Leveraged Loan Rally Extends as Cash Pours Back in
(Bloomberg) -- U.S. leveraged loans traded higher in the secondary market on Monday as money flowed back into exchange-traded funds. The market is underpinned by the rates outlook and firm economic fundamentals, though it remains susceptible to another big drop in equities.
Building on Friday’s rally -- the best one-day loan return in 10 years -- investors continued to buy the more liquid loans in the secondary. Dell’s $5 billion term loan rose by about 0.5 cents to 98.5 cents on the dollar Monday, after gaining 2 cents on Friday, according to loan traders who are not authorized to speak publicly.
Envision’s $5.45 billion term loan rose to 97.25 bid, up 0.75 after Friday’s 2.5-point rally, said the traders, who asked not to be identified. Burger King’s $6.3 billion term loan, another big gainer on Friday, increased to 98.5 cents on Monday.
"Valuations just got too cheap, unless you expect a recession and a spike in default activity," said Michael Marzouk, a portfolio manager at Pacific Asset Management, in an email on Jan. 4.
The benchmark S&P/LSTA Leveraged Loan Price Index jumped to 94.92 on Friday, up from 93.81 -- the lowest since July 2016 -- on Dec. 28. The leap boosted loan returns to 0.94 percent on Friday, the best one-session performance since Jan. 7, 2009.
Loans also benefited from the first significant influx of cash to ETFs in weeks. SPDR Blackstone/GSO Senior Loan ETF, the largest actively managed loan ETF with ticker SRLN, posted the second largest inflow in its history on Friday.

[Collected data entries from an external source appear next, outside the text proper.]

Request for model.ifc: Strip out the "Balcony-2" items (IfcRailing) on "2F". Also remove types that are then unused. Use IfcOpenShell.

First a look at what the model holds.

```python
import ifcopenshell
import ifcopenshell.util.element

model = ifcopenshell.open("model.ifc")
print(model.schema)
storey = next(s for s in model.by_type("IfcBuildingStorey") if s.Name == "2F")
railings = [e for e in ifcopenshell.util.element.get_decomposition(storey) if e.is_a("IfcRailing")]
seen = {}
for e in railings:
    element_type = ifcopenshell.util.element.get_type(e)
    name = element_type.Name if element_type not in (None, e) else None
    seen[name] = seen.get(name, 0) + 1
for name, count in sorted(seen.items(), key=str):
    print(count, "x", name)
```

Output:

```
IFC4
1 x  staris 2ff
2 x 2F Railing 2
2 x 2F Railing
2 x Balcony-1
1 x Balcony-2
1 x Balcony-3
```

```python
import ifcopenshell
import ifcopenshell.api.root
import ifcopenshell.util.element

model = ifcopenshell.open("model.ifc")

storey = next(s for s in model.by_type("IfcBuildingStorey") if s.Name == "2F")
railings = [e for e in ifcopenshell.util.element.get_decomposition(storey) if e.is_a("IfcRailing")]
targets = [e for e in railings if (t := ifcopenshell.util.element.get_type(e)) not in (None, e) and t.Name == "Balcony-2"]
types = {ifcopenshell.util.element.get_type(e) for e in targets} - {None, *targets}

for e in targets:
    ifcopenshell.api.root.remove_product(model, product=e)
print(len(targets), "removed")

unused = [t for t in types if not ifcopenshell.util.element.get_types(t)]
for t in unused:
    ifcopenshell.api.root.remove_product(model, product=t)
print(len(unused), "unused types removed")

model.write("model_rev.ifc")
```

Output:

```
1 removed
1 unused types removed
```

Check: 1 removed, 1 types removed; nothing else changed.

Invesco Senior Loan ETF, the biggest passively managed loan ETF -- which reports with a one-day lag under the ticker BKLN -- is expected to have had a big Friday as well, according to Eric Balchunas, ETF analyst at Bloomberg Intelligence.
"I would not be surprised if we see record daily inflows or something close to for BKLN on Friday," Balchunas said today. He noted that since high-yield bond and loan ETFs were so beaten up, "they pop a little faster and higher."

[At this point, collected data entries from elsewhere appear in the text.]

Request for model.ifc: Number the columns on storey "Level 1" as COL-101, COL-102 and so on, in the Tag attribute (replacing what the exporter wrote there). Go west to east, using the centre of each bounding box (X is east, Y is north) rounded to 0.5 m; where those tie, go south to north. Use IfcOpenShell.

First a look at what the model holds.

```python
import ifcopenshell
import ifcopenshell.util.element
import ifcopenshell.util.placement

model = ifcopenshell.open("model.ifc")
print(model.schema)
storey = next(s for s in model.by_type("IfcBuildingStorey") if s.Name == "Level 1")
columns = [e for e in ifcopenshell.util.element.get_decomposition(storey) if e.is_a("IfcColumn")]
for e in sorted(columns, key=lambda e: e.id()):
    origin = ifcopenshell.util.placement.get_local_placement(e.ObjectPlacement)[:3, 3]
    print(e.id(), e.Tag, e.Name, origin.round(2) + 0.0, sep=" | ")
```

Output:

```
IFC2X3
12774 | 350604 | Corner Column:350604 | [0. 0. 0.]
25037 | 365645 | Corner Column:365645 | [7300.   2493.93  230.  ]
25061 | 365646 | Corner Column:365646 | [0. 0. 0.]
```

```python
import ifcopenshell
import ifcopenshell.geom
import ifcopenshell.util.element
import ifcopenshell.util.shape

model = ifcopenshell.open("model.ifc")
settings = ifcopenshell.geom.settings()
settings.set("use-world-coords", True)


def centre(element):
    shape = ifcopenshell.geom.create_shape(settings, element)
    return ifcopenshell.util.shape.get_bbox_centroid(shape.geometry)


storey = next(s for s in model.by_type("IfcBuildingStorey") if s.Name == "Level 1")
columns = [e for e in ifcopenshell.util.element.get_decomposition(storey) if e.is_a("IfcColumn")]

# Insertion points can sit at a corner or the storey origin, so sort by the geometry (in metres).
centres = {e: centre(e) for e in columns}
columns.sort(key=lambda e: (round(centres[e][0] / 0.5), centres[e][1]))

for i, e in enumerate(columns, start=1):
    number = f"COL-1{i:02d}"
    e.Tag = number
    print(e.id(), number)

model.write("model_updated.ifc")
```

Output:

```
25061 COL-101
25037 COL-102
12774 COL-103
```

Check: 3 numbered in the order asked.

ETFs are a small fraction of the buyer base for leveraged loans. But the inflows had a significant positive impact on sentiment, raising hopes of an end to a big run of outflows, according to loan market participants.
The secondary surge lured borrowers back in. At least five issuers scheduled bank meetings to syndicate new deals, including a $740 million term loan to back a buyout of software provider Cast & Crew, after the slowest December since 2011.
Boosting the tone after a rough December for leveraged loans was a strong jobs report and a more dovish tone from Federal Reserve Chairman Jerome Powell. Both strengthened appetite for high-yield bonds and loans, reassuring investors who had been concerned about rising credit risk if the U.S. tipped into recession and also saw less value in floating-rate assets as a hedge against rising rates.
To be sure, risk assets remain vulnerable to sudden swings in equity and commodity markets, but dedicated investors sound upbeat about the opportunity.
"There have been some very challenging technicals in the market and investors are recognizing that there are some cases in which levels are disconnected from economic fundamentals," said Jonathan Insull, portfolio manager at Crescent Capital, in an email today. "We saw a great jobs print on Friday morning. That along with other indicators point towards no recession. No recession? Then, low defaults. Low defaults? Good returns in credit."